**Input for this task:**

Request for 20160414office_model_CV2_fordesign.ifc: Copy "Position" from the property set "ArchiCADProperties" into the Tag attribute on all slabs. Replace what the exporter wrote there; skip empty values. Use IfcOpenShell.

First a look at what the model holds.

```python
import ifcopenshell
import ifcopenshell.util.element

model = ifcopenshell.open("20160414office_model_CV2_fordesign.ifc")
print(model.schema)
slabs = model.by_type("IfcSlab")
print(len(slabs), "slabs")
for e in slabs[:8]:
    source = ifcopenshell.util.element.get_pset(e, "ArchiCADProperties", "Position")
    target = e.Tag
    print(e.id(), repr(source), repr(target), sep=" | ")
```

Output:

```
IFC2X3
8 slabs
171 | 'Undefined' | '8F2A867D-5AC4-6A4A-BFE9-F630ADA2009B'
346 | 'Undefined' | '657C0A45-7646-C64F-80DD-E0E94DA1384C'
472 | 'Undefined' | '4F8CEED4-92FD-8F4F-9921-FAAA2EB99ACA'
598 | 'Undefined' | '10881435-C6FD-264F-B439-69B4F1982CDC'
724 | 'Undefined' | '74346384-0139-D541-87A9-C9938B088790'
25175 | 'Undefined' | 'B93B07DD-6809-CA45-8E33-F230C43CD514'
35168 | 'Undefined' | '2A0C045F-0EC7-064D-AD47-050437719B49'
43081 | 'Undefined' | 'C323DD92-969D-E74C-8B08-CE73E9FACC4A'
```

```python
import ifcopenshell
import ifcopenshell.util.element

model = ifcopenshell.open("20160414office_model_CV2_fordesign.ifc")

count = 0
for e in model.by_type("IfcSlab"):
    value = ifcopenshell.util.element.get_pset(e, "ArchiCADProperties", "Position")
    current = e.Tag
    if not value or not value.strip() or current == value:
        continue
    e.Tag = value
    count += 1

print(count, "slabs updated")

model.write("20160414office_model_CV2_fordesign_edited.ifc")
```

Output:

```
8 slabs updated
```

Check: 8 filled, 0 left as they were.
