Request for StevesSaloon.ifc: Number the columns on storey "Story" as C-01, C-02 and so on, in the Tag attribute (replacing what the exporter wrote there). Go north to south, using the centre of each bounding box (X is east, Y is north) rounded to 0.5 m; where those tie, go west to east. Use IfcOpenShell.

First a look at what the model holds.

```python
import ifcopenshell
import ifcopenshell.util.element
import ifcopenshell.util.placement

model = ifcopenshell.open("StevesSaloon.ifc")
print(model.schema)
storey = next(s for s in model.by_type("IfcBuildingStorey") if s.Name == "Story")
columns = [e for e in ifcopenshell.util.element.get_decomposition(storey) if e.is_a("IfcColumn")]
for e in sorted(columns, key=lambda e: e.id()):
    origin = ifcopenshell.util.placement.get_local_placement(e.ObjectPlacement)[:3, 3]
    print(e.id(), e.Tag, e.Name, origin.round(2) + 0.0, sep=" | ")
```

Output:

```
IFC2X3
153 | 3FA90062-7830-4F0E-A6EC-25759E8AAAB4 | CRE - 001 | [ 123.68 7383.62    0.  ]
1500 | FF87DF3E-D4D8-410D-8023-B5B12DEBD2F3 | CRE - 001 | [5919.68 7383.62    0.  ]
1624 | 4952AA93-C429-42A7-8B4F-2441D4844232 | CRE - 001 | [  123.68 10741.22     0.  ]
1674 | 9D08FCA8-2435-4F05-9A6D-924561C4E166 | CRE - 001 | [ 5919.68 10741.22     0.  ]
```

```python
import ifcopenshell
import ifcopenshell.geom
import ifcopenshell.util.element
import ifcopenshell.util.shape

model = ifcopenshell.open("StevesSaloon.ifc")
settings = ifcopenshell.geom.settings()
settings.set("use-world-coords", True)


def centre(element):
    shape = ifcopenshell.geom.create_shape(settings, element)
    return ifcopenshell.util.shape.get_bbox_centroid(shape.geometry)


storey = next(s for s in model.by_type("IfcBuildingStorey") if s.Name == "Story")
columns = [e for e in ifcopenshell.util.element.get_decomposition(storey) if e.is_a("IfcColumn")]

# Insertion points can sit at a corner or the storey origin, so sort by the geometry (in metres).
centres = {e: centre(e) for e in columns}
columns.sort(key=lambda e: (-round(centres[e][1] / 0.5), centres[e][0]))

for i, e in enumerate(columns, start=1):
    number = f"C-{i:02d}"
    e.Tag = number
    print(e.id(), number)

model.write("StevesSaloon_updated.ifc")
```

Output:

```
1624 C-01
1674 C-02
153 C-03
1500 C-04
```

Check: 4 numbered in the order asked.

**What the task asks:** Go through the records and work out how many lines contain the string "Check". The answer should be that number alone.

**Output:** 2